Si que parece funcionar si. Muchas gracias  :Smile: 

----------

## Hefistion

muchas gracias a mi tb me pasaba y ahora si me funciona perfectamente,

ummmmmm, seria bueno encontrar el pq de este bug   :Wink: 

----------

## kabutor

idem aqui

----------

## GaTeT

pues a mi tb me paso esto con gnome, pero lo achacaba a una instalacion mal hecha pq solo me pasaba en el portatil y no en el sobremesa.

He probado lo ke decis de kitar lo de LANGUAGE="spanish" y ha funcionado perfectamente  :Smile: 

Hacia tiempo ke no visitba el foro pero ya veo ke ha sido todo un error, xD prometo estar mas tiempo por aki:)

saludos!!!

----------

## GaTeT

Despues de mirar un rato en la documentacion de gentoo (en las guias de localizacion) solo en la version en español se habla de la variable LANGUAGE en el resto se arreglan  con LANG y en algunos casos con LC_ALL.

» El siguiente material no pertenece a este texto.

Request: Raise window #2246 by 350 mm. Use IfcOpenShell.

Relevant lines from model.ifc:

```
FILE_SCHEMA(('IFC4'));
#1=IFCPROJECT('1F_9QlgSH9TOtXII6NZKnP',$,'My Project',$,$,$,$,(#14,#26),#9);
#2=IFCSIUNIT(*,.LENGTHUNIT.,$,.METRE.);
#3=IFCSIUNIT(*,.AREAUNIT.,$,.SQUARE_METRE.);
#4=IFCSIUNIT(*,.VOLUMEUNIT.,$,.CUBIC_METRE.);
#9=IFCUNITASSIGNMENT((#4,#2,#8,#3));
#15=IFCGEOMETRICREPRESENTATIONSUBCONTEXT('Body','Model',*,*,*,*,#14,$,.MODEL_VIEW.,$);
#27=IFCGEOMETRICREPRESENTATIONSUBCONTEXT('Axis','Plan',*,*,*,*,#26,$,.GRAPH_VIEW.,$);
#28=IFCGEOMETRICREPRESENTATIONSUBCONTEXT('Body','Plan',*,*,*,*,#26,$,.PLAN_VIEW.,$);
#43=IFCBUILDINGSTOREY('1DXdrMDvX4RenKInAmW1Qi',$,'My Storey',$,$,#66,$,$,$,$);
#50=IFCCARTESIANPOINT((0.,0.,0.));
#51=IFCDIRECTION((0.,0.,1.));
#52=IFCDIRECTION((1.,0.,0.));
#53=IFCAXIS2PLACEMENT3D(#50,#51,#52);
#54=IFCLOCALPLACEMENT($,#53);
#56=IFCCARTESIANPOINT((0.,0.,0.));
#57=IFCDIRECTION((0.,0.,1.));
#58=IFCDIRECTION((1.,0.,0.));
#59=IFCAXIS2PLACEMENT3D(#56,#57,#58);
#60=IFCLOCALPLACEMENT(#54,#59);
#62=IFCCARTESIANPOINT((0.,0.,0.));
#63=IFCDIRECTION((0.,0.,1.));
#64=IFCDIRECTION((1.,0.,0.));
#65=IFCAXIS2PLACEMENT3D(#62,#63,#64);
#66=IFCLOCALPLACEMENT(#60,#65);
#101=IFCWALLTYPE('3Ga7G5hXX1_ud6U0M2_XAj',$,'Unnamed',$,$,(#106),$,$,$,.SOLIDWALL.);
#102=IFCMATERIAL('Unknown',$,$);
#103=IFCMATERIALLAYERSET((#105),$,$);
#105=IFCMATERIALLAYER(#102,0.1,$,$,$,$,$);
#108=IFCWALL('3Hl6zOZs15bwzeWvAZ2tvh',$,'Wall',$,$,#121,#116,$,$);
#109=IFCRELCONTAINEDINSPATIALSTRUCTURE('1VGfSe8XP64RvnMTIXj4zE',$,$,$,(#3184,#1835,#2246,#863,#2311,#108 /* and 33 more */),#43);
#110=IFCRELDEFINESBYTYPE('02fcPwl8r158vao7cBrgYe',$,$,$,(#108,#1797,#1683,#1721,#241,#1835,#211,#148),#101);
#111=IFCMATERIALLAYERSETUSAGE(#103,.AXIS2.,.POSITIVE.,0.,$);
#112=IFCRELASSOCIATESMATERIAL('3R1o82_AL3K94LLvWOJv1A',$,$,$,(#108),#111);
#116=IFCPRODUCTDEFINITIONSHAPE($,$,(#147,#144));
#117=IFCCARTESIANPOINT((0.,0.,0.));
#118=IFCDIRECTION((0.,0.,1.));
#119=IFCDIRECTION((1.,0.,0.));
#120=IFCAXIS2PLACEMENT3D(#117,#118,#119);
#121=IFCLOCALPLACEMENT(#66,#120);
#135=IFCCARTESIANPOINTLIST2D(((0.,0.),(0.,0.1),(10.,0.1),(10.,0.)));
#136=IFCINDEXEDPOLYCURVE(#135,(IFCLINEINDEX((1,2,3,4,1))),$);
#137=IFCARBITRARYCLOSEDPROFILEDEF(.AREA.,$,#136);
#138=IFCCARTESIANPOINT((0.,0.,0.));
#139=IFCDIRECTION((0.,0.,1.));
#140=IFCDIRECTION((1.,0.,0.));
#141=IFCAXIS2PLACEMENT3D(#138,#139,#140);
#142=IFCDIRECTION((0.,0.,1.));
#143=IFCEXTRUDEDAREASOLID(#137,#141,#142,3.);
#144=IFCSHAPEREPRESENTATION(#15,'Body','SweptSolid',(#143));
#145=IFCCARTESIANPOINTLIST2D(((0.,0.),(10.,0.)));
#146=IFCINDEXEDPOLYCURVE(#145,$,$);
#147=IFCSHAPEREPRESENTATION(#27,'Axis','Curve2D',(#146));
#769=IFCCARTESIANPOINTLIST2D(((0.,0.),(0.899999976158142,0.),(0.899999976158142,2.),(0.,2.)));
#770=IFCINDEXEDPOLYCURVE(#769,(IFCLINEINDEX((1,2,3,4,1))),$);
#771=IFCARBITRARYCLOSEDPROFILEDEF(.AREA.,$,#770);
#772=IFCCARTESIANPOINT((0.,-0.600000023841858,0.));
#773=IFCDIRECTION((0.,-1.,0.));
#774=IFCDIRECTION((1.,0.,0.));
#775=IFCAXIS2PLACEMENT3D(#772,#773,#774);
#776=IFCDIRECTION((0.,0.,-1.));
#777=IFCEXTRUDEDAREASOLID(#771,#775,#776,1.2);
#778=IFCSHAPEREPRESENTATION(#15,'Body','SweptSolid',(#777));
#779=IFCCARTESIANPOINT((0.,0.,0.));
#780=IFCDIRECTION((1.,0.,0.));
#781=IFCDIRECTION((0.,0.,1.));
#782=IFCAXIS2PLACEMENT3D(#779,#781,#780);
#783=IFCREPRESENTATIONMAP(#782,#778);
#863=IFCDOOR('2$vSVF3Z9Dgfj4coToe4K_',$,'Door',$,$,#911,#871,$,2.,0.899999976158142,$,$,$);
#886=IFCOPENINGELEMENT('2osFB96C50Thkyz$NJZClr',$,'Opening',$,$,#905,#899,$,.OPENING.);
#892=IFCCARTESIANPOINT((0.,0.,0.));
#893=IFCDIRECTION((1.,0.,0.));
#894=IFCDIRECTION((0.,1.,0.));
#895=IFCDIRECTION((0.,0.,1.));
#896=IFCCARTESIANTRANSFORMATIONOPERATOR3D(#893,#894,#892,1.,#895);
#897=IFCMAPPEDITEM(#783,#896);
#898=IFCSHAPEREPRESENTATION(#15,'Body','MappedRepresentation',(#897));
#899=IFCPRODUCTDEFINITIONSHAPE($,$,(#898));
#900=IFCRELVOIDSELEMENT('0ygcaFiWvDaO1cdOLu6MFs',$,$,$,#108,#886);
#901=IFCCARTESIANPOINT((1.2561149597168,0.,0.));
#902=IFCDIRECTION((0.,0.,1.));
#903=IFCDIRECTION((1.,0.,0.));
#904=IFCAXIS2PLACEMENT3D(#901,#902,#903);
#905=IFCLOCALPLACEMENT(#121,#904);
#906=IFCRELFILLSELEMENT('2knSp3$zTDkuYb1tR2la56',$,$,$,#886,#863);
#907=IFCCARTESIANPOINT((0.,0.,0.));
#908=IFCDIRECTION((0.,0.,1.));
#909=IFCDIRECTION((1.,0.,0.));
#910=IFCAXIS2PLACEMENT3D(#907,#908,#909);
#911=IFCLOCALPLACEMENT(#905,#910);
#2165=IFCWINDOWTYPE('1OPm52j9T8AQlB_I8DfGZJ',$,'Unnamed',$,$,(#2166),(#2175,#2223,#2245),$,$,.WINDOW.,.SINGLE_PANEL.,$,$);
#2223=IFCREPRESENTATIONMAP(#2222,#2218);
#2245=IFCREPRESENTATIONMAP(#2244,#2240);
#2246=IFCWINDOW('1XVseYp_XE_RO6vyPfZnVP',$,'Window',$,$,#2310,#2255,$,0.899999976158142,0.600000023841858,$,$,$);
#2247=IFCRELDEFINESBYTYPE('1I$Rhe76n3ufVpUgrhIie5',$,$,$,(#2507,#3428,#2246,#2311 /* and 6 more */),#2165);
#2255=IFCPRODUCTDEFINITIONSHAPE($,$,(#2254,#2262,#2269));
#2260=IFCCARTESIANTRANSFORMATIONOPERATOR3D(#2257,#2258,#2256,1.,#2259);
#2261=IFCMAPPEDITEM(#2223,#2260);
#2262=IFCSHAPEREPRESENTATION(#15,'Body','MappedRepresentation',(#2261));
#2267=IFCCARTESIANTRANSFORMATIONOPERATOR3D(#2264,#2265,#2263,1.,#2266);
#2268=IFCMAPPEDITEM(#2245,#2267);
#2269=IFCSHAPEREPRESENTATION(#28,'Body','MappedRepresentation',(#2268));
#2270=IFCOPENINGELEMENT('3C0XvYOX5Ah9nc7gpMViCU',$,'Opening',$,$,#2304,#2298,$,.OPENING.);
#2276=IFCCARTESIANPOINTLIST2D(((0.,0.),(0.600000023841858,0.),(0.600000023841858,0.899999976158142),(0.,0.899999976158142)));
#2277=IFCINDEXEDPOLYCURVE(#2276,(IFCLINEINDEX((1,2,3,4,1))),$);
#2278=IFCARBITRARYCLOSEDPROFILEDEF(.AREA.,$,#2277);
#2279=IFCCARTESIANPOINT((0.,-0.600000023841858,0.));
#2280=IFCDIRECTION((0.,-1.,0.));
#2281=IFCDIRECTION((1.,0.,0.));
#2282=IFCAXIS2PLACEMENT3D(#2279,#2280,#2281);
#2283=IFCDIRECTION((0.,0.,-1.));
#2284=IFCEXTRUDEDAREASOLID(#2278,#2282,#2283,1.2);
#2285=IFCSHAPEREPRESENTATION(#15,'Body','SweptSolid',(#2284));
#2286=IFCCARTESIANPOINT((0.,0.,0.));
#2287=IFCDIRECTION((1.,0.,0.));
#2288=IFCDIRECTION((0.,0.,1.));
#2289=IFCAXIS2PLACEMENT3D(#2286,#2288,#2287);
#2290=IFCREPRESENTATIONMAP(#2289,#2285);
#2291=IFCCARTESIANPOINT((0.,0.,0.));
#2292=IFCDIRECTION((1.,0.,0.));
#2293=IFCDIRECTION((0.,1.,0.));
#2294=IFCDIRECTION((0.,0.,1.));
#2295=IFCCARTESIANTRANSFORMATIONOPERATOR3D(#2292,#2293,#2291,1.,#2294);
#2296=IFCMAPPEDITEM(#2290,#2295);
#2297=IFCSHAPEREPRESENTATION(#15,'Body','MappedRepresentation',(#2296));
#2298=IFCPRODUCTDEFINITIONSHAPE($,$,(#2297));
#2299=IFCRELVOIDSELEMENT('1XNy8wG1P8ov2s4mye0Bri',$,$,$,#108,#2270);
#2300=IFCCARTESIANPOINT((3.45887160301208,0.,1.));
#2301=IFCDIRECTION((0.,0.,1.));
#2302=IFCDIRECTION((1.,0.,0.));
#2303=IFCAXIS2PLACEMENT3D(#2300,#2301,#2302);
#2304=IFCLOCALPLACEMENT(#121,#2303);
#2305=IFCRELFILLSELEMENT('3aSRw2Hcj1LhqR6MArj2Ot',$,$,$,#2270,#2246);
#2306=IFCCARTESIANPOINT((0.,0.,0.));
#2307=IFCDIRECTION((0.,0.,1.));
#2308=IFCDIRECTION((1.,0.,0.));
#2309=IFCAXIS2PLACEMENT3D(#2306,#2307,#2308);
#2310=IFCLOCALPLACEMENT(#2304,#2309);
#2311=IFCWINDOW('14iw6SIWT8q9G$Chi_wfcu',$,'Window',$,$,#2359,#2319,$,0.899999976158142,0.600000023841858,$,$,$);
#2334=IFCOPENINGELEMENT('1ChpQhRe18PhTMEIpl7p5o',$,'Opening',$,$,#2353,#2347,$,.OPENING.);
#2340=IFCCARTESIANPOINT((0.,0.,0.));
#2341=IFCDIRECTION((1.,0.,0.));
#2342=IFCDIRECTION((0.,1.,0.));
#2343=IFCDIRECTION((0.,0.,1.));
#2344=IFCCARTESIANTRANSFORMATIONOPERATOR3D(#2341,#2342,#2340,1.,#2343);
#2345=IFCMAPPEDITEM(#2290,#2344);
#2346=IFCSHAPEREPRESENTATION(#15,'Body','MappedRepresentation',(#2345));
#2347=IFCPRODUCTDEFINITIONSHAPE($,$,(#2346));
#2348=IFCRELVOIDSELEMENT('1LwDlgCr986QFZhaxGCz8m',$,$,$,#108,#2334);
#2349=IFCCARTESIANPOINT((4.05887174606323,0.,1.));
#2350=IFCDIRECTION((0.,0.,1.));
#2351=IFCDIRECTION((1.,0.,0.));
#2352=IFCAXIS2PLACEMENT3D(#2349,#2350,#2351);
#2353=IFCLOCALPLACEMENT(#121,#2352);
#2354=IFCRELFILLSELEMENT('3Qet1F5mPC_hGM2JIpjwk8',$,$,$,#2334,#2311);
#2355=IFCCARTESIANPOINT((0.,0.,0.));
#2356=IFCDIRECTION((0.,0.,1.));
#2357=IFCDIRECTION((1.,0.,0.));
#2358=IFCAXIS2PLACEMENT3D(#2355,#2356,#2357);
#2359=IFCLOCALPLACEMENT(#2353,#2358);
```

```python
import numpy as np
import ifcopenshell
import ifcopenshell.api.geometry
import ifcopenshell.util.placement
import ifcopenshell.util.unit

model = ifcopenshell.open("model.ifc")
unit_scale = ifcopenshell.util.unit.calculate_unit_scale(model)

window = model.by_guid("1XVseYp_XE_RO6vyPfZnVP")
opening = window.FillsVoids[0].RelatingOpeningElement
dz = 0.35 / unit_scale

shift = np.array([0.0, 0.0, dz])
# The window is placed relative to its opening, so it follows when the opening moves.
matrix = ifcopenshell.util.placement.get_local_placement(opening.ObjectPlacement)
matrix[:3, 3] += shift
ifcopenshell.api.geometry.edit_object_placement(
    model, product=opening, matrix=matrix, is_si=False, should_transform_children=True
)

print(f"moved by {dz * unit_scale:+.3f} m")

model.write("model-out.ifc")
```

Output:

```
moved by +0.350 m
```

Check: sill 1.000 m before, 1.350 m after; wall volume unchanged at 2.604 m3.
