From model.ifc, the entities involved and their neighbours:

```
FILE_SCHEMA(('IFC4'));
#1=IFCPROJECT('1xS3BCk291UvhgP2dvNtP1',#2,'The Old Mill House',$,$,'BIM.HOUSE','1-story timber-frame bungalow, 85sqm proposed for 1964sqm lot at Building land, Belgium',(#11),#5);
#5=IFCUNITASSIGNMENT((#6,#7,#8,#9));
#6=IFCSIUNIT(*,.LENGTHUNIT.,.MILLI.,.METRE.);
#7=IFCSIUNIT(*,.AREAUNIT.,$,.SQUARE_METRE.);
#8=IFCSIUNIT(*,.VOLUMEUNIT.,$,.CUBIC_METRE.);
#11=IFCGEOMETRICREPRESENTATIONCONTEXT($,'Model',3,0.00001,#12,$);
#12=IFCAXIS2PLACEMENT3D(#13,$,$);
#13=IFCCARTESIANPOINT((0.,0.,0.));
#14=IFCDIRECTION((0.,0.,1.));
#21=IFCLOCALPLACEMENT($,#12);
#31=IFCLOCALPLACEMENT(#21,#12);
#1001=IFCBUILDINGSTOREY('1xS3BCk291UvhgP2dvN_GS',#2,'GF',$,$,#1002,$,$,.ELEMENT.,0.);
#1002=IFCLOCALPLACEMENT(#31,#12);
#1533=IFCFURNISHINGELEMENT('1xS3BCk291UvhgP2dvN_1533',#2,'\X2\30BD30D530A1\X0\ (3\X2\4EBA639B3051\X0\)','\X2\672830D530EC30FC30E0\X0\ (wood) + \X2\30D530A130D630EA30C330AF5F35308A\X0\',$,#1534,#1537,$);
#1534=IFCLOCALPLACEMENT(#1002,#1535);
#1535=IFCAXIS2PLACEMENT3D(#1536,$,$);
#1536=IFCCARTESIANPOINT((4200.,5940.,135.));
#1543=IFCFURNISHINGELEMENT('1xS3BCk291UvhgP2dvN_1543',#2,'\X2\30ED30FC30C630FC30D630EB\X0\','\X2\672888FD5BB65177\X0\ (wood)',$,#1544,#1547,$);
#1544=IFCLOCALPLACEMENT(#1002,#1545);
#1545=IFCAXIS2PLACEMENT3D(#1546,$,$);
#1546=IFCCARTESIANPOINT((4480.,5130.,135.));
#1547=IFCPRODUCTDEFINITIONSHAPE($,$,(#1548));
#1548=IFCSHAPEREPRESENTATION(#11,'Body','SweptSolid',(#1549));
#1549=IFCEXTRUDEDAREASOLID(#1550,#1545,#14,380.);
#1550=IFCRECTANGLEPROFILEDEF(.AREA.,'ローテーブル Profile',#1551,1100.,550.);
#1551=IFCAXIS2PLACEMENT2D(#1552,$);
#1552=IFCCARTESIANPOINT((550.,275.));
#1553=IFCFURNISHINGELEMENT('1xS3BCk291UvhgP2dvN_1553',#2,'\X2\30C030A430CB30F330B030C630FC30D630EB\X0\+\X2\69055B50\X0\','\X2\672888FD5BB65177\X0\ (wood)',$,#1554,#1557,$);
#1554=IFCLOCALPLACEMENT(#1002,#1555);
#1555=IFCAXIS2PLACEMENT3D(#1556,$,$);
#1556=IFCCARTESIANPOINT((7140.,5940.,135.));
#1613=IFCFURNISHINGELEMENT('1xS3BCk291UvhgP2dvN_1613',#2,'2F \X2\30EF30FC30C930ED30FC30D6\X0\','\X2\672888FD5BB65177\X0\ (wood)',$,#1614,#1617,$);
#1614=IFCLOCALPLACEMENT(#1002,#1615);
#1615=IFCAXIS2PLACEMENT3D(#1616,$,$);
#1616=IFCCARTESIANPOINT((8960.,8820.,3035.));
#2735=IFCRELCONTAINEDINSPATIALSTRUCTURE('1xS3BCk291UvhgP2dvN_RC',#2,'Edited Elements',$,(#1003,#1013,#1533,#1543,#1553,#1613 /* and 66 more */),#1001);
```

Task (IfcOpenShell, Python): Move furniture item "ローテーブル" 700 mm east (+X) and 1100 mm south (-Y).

```python
import ifcopenshell
import ifcopenshell.api.geometry
import ifcopenshell.util.placement

model = ifcopenshell.open("model.ifc")

item = model.by_id(1543)
matrix = ifcopenshell.util.placement.get_local_placement(item.ObjectPlacement)
matrix[0, 3] += 700.0
matrix[1, 3] -= 1100.0
ifcopenshell.api.geometry.edit_object_placement(model, product=item, matrix=matrix, is_si=False)

print(ifcopenshell.util.placement.get_local_placement(item.ObjectPlacement).round(3) + 0.0)

model.write("model_rev.ifc")
```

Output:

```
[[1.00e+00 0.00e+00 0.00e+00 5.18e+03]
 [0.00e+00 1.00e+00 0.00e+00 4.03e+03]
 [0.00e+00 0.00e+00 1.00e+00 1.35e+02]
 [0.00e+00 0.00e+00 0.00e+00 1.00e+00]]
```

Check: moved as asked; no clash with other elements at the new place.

Probando los distintos valores ke se me han pasado por la mente  para la variable LANGUAGE he llegado a la conclusion de ke admite valores similares a los de la variable LANG. Por lo tanto si pones "spanish" no lo reconoce y sigue con el idioma por defecto (ingles).

Creo ke el problema vendra de algun cambio en el funcionamiento del sistema gettext pero no esty seguro.

Solucion: olvidarse de la variable LANGUAGE (si en otros idiomas no es necesario pq lo es en español?) o bien declararla igual ke LANG

Espero ke esto le sirva a alguien  :Smile: 

saludos!

----------